So, when you travel down to a place, you are sure to encounter its history. For many, this is one of the appeals of traveling to a specific destination. It’s a chance to learn a fascinating story of a place different from your own. When I came to New Orleans, this was no exception. I wanted to discover the area’s history and sought ways to do it. Then it came to me – a plantation tour! One of the most obvious fragments of the region’s story is the slavery of African people taking place for centuries. We know slavery. We hate slavery. But we’d be lying if we said we could just escape its looming shadow.

So I am a person of color, making this endeavor all the weirder to me. The thought of visiting a plantaton caused a strange feeling to bubble up in my stomach. In the end, I took a dual plantation tour during my stay in New Orleans. I booked a Double Tour, featuring two plantations, those being the Laura Creole Plantation and the Oak Alley Plantation.

For the record, this post’s purposes are just to review the tour itself. My vantage point as a Person of Color is important though. I found it beneficial to include it for any other people of color who have an interest in these things. But, for clarity, this post is mostly just a review. I want to, later on, write more posts on the morality of traveling to places with dark pasts like this. So, look out for that to air out all the more complicated feelings. With that out the way, let’s go!

Basic Info


I used the tour company called Cajun Encounters. And you can find the very package I did here:



Since this is a double tour, the price is a bit jacked up. With taxes included, expect to pay a little over $100 per adult or $75 for a child under 12. The price includes pickup and transport by bus with most destinations of the pickup outside hotels. You choose the one closest to you and receive a QR code to show the bus driver when they arrive. However, in my experience, the bus driver will just ask for your name instead. When I took the tour they picked me up on Canal Street, luckily one of the city’s biggest thoroughfares.

The bus ride was quite nice to the first plantation, this being the Laura Creole Plantation. My group was about 7 or 8 people with a few more that only booked one plantation for the tour. They split us up later. Anyways, back to the drive. The friendly bus driver tells stories about Louisiana culture and history. It begins with New Orleans but expands to the rest of the state as we move westward from the city. Entering the real plantation country, you pass by beautiful plots of land. It’s home to famous old plantations like the one portrayed as Candyland in Django Unchained. The whole ride from New Orleans to Laura takes about an hour and a half.

What to Bring


  • Photography Equipment: ie a phone or camera, anything to clickity click with
  • Sunscreen: It gets quite humid down there
  • Bug Spray: Especially at Oak Alley the insects can be quite aggressive
  • Money: We stop at gift stores before and after the plantations. You can buy water and snacks there as well

Thoughts going In


I will keep this piece short as I want to save my personal opinions for another post. However, it is relevant to get some things out of the way. Traveling alone, I was reluctant to take this tour. I feared how the tour could present the delicate subject matter. Most people I’d encountered in New Orleans were very friendly. However, upon entering the tour bus, I still found myself on high alert, anxiety rising. The tour consisted of a majority of elderly Caucasian people, setting the alarm bells ringing. Yet, I decided not to rush to conclusions just yet.

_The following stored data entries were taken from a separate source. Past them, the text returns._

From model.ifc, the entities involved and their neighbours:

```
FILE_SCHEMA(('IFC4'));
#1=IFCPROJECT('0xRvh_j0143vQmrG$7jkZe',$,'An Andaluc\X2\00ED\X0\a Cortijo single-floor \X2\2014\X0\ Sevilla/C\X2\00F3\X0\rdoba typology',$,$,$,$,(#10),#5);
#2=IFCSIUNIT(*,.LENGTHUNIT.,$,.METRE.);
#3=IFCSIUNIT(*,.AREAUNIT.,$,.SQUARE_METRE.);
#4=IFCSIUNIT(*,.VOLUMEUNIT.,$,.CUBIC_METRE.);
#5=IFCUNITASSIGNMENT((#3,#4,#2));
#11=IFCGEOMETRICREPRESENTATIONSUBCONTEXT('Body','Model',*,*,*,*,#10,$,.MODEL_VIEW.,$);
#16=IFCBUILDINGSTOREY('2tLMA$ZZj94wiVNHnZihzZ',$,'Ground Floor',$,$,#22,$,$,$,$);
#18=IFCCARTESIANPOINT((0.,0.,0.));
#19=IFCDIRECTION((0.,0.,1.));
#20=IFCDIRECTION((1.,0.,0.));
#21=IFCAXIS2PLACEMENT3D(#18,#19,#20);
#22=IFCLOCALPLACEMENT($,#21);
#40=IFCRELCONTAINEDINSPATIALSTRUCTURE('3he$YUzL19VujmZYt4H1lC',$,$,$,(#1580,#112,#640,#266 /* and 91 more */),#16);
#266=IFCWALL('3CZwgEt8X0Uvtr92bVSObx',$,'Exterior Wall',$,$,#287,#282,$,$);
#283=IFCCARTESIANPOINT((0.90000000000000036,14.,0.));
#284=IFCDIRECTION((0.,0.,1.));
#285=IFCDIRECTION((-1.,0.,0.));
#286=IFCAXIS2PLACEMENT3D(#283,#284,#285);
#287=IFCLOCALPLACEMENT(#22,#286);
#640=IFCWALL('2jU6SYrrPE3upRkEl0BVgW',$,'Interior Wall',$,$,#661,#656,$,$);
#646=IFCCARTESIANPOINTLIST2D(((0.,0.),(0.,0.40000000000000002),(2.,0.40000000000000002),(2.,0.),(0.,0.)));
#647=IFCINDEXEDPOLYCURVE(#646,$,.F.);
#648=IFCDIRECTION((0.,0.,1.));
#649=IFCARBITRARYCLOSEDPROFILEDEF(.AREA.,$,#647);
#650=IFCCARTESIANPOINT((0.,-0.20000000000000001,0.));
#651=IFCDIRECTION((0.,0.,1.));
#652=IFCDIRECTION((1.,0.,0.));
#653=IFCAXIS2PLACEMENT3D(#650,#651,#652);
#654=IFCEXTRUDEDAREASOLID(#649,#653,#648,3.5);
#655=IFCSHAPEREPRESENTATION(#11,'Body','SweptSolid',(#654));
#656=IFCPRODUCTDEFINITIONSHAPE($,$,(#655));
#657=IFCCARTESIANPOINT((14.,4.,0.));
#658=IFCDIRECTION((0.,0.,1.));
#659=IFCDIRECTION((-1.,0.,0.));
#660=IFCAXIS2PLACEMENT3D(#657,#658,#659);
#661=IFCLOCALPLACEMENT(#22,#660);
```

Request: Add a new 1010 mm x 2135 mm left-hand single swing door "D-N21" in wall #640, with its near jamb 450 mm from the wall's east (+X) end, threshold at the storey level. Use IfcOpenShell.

```python
import numpy as np
import ifcopenshell
import ifcopenshell.api.feature
import ifcopenshell.api.geometry
import ifcopenshell.api.root
import ifcopenshell.api.spatial
import ifcopenshell.geom
import ifcopenshell.util.element
import ifcopenshell.util.placement
import ifcopenshell.util.representation
import ifcopenshell.util.shape
import ifcopenshell.util.unit

model = ifcopenshell.open("model.ifc")
unit_scale = ifcopenshell.util.unit.calculate_unit_scale(model)
settings = ifcopenshell.geom.settings()


def volume(element):
    """Net volume in cubic metres, openings subtracted."""
    shape = ifcopenshell.geom.create_shape(settings, element)
    return ifcopenshell.util.shape.get_volume(shape.geometry)


wall = model.by_guid("2jU6SYrrPE3upRkEl0BVgW")
storey = ifcopenshell.util.element.get_container(wall, ifc_class="IfcBuildingStorey")
context = ifcopenshell.util.representation.get_context(model, "Model", "Body", "MODEL_VIEW")
before = volume(wall)

width, height, from_end, sill = 1.01, 2.135, 0.45, 0.0  # metres

# The wall runs along its own X axis, and the end named is its -X end.
wall_shape = ifcopenshell.geom.create_shape(settings, wall)
x, y, z = ifcopenshell.util.shape.get_vertices(wall_shape.geometry).T
start = x.min() + from_end
face, thickness = float(y.min()), float(y.max() - y.min())
wall_matrix = ifcopenshell.util.placement.get_local_placement(wall.ObjectPlacement)
level = ifcopenshell.util.placement.get_local_placement(storey.ObjectPlacement)[2, 3]


def in_wall(x, y):
    """Placement at x, y metres in the wall's axes, at sill height."""
    matrix = wall_matrix.copy()
    matrix[:, 3] = wall_matrix @ np.array([x / unit_scale, y / unit_scale, 0.0, 1.0])
    matrix[2, 3] = level + sill / unit_scale
    return matrix


# Opening: a box that overshoots both wall faces by 50 mm.
opening = ifcopenshell.api.root.create_entity(model, ifc_class="IfcOpeningElement", predefined_type="OPENING")
box = ifcopenshell.api.geometry.add_wall_representation(
    model, context=context, length=width, height=height, thickness=thickness + 0.1
)
ifcopenshell.api.geometry.assign_representation(model, product=opening, representation=box)
ifcopenshell.api.geometry.edit_object_placement(model, product=opening, matrix=in_wall(start, face - 0.05), is_si=False)
ifcopenshell.api.feature.add_feature(model, feature=opening, element=wall)

door = ifcopenshell.api.root.create_entity(model, ifc_class="IfcDoor", name="D-N21", predefined_type="DOOR")
door.OverallWidth, door.OverallHeight = width / unit_scale, height / unit_scale
door.OperationType = "SINGLE_SWING_LEFT"
body = ifcopenshell.api.geometry.add_door_representation(
    model,
    context=context,
    overall_width=door.OverallWidth,
    overall_height=door.OverallHeight,
    operation_type="SINGLE_SWING_LEFT",
    lining_properties={"LiningDepth": thickness / unit_scale, "ThresholdDepth": thickness / unit_scale},
)
ifcopenshell.api.geometry.assign_representation(model, product=door, representation=body)
ifcopenshell.api.spatial.assign_container(model, products=[door], relating_structure=storey)
ifcopenshell.api.feature.add_filling(model, opening=opening, element=door)

# The lining spans the wall, so the door starts at the wall face.
ifcopenshell.api.geometry.edit_object_placement(model, product=door, matrix=in_wall(start, face), is_si=False)

after = volume(wall)

print(f"wall volume {before:.3f} -> {after:.3f} m3")

model.write("model-out.ifc")
```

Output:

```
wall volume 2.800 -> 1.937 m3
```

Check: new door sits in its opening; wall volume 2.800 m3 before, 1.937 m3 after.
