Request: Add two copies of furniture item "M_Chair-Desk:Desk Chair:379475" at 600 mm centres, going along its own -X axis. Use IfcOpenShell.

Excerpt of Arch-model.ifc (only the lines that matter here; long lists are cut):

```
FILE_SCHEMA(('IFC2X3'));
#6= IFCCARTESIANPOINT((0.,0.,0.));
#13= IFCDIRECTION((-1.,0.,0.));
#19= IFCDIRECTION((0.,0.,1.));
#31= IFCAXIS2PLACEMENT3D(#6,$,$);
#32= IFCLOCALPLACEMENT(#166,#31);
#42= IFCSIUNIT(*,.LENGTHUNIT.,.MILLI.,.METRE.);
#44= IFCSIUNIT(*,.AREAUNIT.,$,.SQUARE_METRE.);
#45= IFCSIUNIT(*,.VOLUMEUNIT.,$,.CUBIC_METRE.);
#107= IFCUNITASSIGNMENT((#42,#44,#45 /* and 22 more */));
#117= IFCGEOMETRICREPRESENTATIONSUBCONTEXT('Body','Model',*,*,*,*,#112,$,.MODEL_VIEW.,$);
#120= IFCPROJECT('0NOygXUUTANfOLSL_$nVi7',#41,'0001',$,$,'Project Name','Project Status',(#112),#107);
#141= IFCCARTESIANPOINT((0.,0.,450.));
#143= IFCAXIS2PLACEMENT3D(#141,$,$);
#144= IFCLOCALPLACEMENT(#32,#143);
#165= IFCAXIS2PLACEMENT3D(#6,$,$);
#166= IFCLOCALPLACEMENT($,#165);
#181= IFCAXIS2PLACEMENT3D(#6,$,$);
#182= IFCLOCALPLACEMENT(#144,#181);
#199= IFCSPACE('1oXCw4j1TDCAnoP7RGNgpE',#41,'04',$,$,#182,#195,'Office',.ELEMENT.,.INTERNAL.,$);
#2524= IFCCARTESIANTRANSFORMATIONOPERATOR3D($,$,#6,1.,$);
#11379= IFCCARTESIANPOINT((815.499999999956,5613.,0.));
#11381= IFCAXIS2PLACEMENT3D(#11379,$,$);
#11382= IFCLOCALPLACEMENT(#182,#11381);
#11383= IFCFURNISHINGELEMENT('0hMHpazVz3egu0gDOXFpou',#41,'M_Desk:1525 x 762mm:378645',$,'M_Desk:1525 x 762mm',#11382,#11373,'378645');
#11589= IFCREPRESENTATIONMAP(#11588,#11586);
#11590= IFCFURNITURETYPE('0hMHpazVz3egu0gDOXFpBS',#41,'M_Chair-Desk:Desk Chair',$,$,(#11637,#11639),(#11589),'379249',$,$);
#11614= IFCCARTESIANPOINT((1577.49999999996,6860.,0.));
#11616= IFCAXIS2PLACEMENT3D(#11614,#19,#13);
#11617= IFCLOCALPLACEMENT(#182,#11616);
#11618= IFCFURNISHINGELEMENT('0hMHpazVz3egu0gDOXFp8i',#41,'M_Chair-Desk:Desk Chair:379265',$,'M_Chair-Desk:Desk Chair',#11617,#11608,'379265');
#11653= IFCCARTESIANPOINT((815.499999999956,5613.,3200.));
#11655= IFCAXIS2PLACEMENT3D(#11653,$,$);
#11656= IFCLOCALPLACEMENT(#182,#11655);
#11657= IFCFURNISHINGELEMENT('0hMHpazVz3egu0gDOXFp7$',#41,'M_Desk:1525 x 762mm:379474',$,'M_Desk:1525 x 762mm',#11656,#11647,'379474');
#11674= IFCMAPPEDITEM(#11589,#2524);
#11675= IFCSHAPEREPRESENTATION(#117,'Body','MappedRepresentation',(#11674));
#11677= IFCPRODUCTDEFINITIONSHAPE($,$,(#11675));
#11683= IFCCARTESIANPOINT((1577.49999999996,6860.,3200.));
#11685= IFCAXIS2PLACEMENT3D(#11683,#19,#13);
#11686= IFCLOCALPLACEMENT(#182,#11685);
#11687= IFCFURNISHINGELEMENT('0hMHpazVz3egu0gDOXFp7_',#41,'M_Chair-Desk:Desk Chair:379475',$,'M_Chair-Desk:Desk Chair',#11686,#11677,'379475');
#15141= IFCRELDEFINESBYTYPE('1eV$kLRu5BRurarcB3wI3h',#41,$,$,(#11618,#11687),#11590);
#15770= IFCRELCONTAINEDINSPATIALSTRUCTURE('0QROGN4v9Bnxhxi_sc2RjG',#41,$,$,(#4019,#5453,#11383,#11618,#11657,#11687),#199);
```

```python
import ifcopenshell
import ifcopenshell.api.geometry
import ifcopenshell.api.root
import ifcopenshell.util.element
import ifcopenshell.util.placement
import ifcopenshell.util.unit

model = ifcopenshell.open("Arch-model.ifc")
unit_scale = ifcopenshell.util.unit.calculate_unit_scale(model)


def reuse_history(source, copy):
    """copy_class also copies each property set's owner history, people and application; keep the originals."""
    for rel in copy.IsDefinedBy:
        if rel.is_a("IfcRelDefinesByProperties") and (history := rel.RelatingPropertyDefinition.OwnerHistory):
            rel.RelatingPropertyDefinition.OwnerHistory = source.OwnerHistory
            ifcopenshell.util.element.remove_deep2(model, history)


source = model.by_id(11687)
base = ifcopenshell.util.placement.get_local_placement(source.ObjectPlacement)
step = -base[:3, 0] * 0.6 / unit_scale

for i in range(1, 3):
    copy = ifcopenshell.api.root.copy_class(model, product=source)
    copy.Representation = ifcopenshell.util.element.copy_deep(
        model, source.Representation, exclude=["IfcGeometricRepresentationContext", "IfcRepresentationMap"]
    )
    copy.Name = "M_Chair-Desk:Desk Chair"
    copy.Tag = None
    reuse_history(source, copy)
    matrix = base.copy()
    matrix[:3, 3] += i * step
    print("added at", matrix[:3, 3].round(3) + 0.0)
    ifcopenshell.api.geometry.edit_object_placement(model, product=copy, matrix=matrix, is_si=False)

model.write("Arch-model-out.ifc")
```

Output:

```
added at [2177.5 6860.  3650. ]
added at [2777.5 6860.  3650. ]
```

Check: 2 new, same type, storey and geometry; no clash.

The Laura Creole Plantation


Highlight of the Plantation Tour
Okay maybe they are not all elderly

We began with a guided tour of the Laura Creole Plantation. A matter of contention within my group at least was the use of the term Creole and what exactly this meant. According to our guide, Creole is the term for the general mixture of cultures present in Louisiana, a mix of French, Acadian, African, Native American, Haitian, Spanish and more. Thus Creole is an umbrella term and other terms associated with Louisiana such as Cajun are subgroups of Creole. With that distinction out of the way, the owners of this plantation were French Creoles who passed down the reigns through the generations.

We start the tour off inside the home, beginning under the main entranceway. They introduce us to the family that owned the plantation. Then we receive a history lesson on them and their business. We go underneath the houses and look at the wooden pillars used to hold the entire edifice up. We learn about the culture of Antebellum Louisiana and the brutality of slave life on sugar plantations like this one. Laura was unique for its day; at times a women-owned plantation featuring several dynastic disputes between rival claimants to the plantation.


From there we proceed upstairs to see the lavish living quarters of the family. Again we learn a little about their wealth, its roots in forced labor, and the strife that came to both sides of the spectrum in such a society. The interiors are gorgeous in their upper-class ways, offering a gleaming view of what Antebellum wealth looked like in Louisiana.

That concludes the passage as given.